Your child needs a mother stripped of childhood fears, one who has reconstructed her personal history and who recognizes that nothing bad can happen to her.

All this process, when well accompanied, generates a mother willing to assume her emotional reality – whatever it may be – and also an open mother to connect with the beauty and delicacy that each child brings.

So more than manuals or courses, what your child needs is that you as a mother and your partner as a father are in a constant spiritual search that leads them to grow as people.

The idea of ​​walking these spiritual paths is that these are enlightening paths that lead to a deep sincerity that also requires constant and exhaustive review.

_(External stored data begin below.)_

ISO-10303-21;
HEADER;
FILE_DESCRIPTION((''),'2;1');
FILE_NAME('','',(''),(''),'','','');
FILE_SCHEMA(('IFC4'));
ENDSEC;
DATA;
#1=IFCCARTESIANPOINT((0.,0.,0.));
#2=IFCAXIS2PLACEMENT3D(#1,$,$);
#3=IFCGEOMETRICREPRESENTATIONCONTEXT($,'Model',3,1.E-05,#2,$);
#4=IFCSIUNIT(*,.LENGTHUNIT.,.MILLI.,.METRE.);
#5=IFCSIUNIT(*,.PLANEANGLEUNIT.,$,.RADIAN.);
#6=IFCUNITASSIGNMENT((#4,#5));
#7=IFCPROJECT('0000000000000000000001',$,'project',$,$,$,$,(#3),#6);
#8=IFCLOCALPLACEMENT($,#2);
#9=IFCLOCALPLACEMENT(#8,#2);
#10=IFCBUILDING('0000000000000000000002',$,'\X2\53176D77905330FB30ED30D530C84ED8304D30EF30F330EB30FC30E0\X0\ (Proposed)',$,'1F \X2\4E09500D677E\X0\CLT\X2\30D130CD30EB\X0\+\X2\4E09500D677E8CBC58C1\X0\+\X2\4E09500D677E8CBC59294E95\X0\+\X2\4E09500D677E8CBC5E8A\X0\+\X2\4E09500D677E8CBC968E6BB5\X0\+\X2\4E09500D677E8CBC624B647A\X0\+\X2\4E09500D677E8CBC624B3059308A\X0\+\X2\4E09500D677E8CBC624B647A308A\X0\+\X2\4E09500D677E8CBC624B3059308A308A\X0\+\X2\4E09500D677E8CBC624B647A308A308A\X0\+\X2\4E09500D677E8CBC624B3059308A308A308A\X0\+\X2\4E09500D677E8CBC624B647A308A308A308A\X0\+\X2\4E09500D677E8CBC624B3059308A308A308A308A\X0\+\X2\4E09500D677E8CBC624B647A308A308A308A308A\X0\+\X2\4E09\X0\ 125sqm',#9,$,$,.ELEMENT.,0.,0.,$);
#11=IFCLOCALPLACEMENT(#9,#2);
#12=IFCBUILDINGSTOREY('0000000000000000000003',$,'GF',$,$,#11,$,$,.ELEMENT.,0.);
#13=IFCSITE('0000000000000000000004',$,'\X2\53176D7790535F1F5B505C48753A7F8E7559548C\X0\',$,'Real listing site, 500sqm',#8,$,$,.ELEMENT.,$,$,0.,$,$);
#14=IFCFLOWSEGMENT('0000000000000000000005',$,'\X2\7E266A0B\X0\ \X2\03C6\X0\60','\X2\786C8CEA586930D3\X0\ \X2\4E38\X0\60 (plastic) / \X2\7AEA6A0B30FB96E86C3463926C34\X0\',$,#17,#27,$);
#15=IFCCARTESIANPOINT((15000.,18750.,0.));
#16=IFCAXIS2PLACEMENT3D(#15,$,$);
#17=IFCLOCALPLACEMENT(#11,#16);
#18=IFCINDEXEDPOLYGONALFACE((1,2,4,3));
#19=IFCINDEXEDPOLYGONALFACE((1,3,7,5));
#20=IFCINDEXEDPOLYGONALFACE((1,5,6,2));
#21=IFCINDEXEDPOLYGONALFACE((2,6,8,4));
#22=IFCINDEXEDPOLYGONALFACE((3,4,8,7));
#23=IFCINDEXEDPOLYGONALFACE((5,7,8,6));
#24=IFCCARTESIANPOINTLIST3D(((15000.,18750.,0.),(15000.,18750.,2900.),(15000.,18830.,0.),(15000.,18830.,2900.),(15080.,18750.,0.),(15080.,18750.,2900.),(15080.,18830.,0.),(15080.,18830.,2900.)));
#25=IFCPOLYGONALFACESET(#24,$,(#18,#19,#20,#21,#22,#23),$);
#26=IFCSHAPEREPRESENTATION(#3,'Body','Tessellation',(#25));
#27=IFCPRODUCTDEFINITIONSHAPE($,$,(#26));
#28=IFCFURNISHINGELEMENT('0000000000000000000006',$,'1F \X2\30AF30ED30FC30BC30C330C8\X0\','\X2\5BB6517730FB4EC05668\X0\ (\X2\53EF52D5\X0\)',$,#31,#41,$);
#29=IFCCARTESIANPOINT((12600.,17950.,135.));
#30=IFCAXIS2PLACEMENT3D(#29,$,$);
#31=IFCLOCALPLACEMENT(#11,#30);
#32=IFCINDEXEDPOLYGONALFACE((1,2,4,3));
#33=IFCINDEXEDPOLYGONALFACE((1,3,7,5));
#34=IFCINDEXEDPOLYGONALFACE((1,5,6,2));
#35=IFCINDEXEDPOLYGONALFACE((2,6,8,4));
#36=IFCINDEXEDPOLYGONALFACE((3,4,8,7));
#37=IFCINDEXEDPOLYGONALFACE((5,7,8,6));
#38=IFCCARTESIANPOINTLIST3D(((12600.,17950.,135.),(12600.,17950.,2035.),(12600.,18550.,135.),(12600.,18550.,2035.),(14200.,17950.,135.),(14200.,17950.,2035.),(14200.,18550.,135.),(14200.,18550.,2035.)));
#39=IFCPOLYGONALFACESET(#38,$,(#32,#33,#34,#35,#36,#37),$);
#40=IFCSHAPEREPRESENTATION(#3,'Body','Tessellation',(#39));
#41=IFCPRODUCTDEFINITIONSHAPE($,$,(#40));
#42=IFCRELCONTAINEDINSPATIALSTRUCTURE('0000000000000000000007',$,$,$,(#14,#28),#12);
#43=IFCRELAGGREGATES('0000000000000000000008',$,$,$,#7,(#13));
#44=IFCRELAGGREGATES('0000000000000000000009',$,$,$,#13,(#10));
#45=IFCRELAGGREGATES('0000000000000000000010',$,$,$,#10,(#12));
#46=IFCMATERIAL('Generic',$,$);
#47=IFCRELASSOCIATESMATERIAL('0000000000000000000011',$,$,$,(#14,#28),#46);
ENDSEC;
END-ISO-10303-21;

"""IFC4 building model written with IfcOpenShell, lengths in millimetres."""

from ifc_helpers import new_model, si_unit, frame, frame_2d, origin, place, context, project, spatial, rectangle, extrude, material, element, save


model = new_model("IFC4")

# Units and contexts
model_context = context("Model", 3, precision=1e-05, world=origin())
ifc_project = project(units=[si_unit("LENGTHUNIT", "METRE", prefix="MILLI"), si_unit("PLANEANGLEUNIT", "RADIAN")], contexts=[model_context])

# Site, building, storey
site_placement = place(None, origin())
site = spatial("IfcSite", under=ifc_project, at=site_placement, Name="北海道弟子屈町美留和", ObjectType="Real listing site, 500sqm", CompositionType="ELEMENT", RefElevation=0.0)
building_placement = place(site_placement, origin())
building = spatial("IfcBuilding", under=site, at=building_placement, Name="北海道・ロフト付きワンルーム (Proposed)", ObjectType="1F 三倍松CLTパネル+三倍松貼壁+三倍松貼天井+三倍松貼床+三倍松貼階段+三倍松貼手摺+三倍松貼手すり+三倍松貼手摺り+三倍松貼手すりり+三倍松貼手摺りり+三倍松貼手すりりり+三倍松貼手摺りりり+三倍松貼手すりりりり+三倍松貼手摺りりりり+三 125sqm", CompositionType="ELEMENT", ElevationOfRefHeight=0.0, ElevationOfTerrain=0.0)
storey_placement = place(building_placement, origin())
storey = spatial("IfcBuildingStorey", under=building, at=storey_placement, Name="GF", CompositionType="ELEMENT", Elevation=0.0)

# Shared definitions
ifc_material_1 = material(Name="Generic")

# Flow segment
flow_segment_placement = place(storey_placement, frame((15000.0, 18750.0, 0.0)))
element("IfcFlowSegment", 1, at=flow_segment_placement, inside=storey, material=ifc_material_1, Name="縦樋 φ60", Description="硬質塩ビ 丸60 (plastic) / 竪樋・雨水排水", context=model_context, shape_type="SweptSolid", body=[
    extrude(rectangle(XDim=80.0, YDim=80.0, at=frame_2d((40.0, 40.0))), frame((15000.0, 18750.0, 0.0)), (0.0, 0.0, 1.0), 2900.0),
])

# Furnishing element
furnishing_placement = place(storey_placement, frame((12600.0, 17950.0, 135.0)))
element("IfcFurnishingElement", 2, at=furnishing_placement, inside=storey, material=ifc_material_1, Name="1F クローゼット", Description="家具・什器 (可動)", context=model_context, shape_type="SweptSolid", body=[
    extrude(rectangle(XDim=1600.0, YDim=600.0, at=frame_2d((800.0, 300.0))), frame((12600.0, 17950.0, 135.0)), (0.0, 0.0, 1.0), 1900.0),
])

save(model, "model.ifc")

The objective of that pilgrimage, of that review of our personal history as girls, which can certainly run into painful episodes and reveal to us a child who at times felt abandoned, is that by walking you can transform yourself into a mother capable of accepting your child as he is: with his way of approaching situations, his sensitivity and his perceptions.

But to come to accept your child as he is and therefore love him as it is necessary to mature emotionally and spiritually, only then can you unconditionally love your child.

And it is that unconditional love – which is achieved from the certainty of a mother who has overcome her fears as a child (which although we do not believe it, many times they are still there), is that you will be able to raise a child, with your own parenting model that it is based on values ​​such as respect, love and understanding. And a child raised like this will surely be an adult who will offer the same to his fellow men.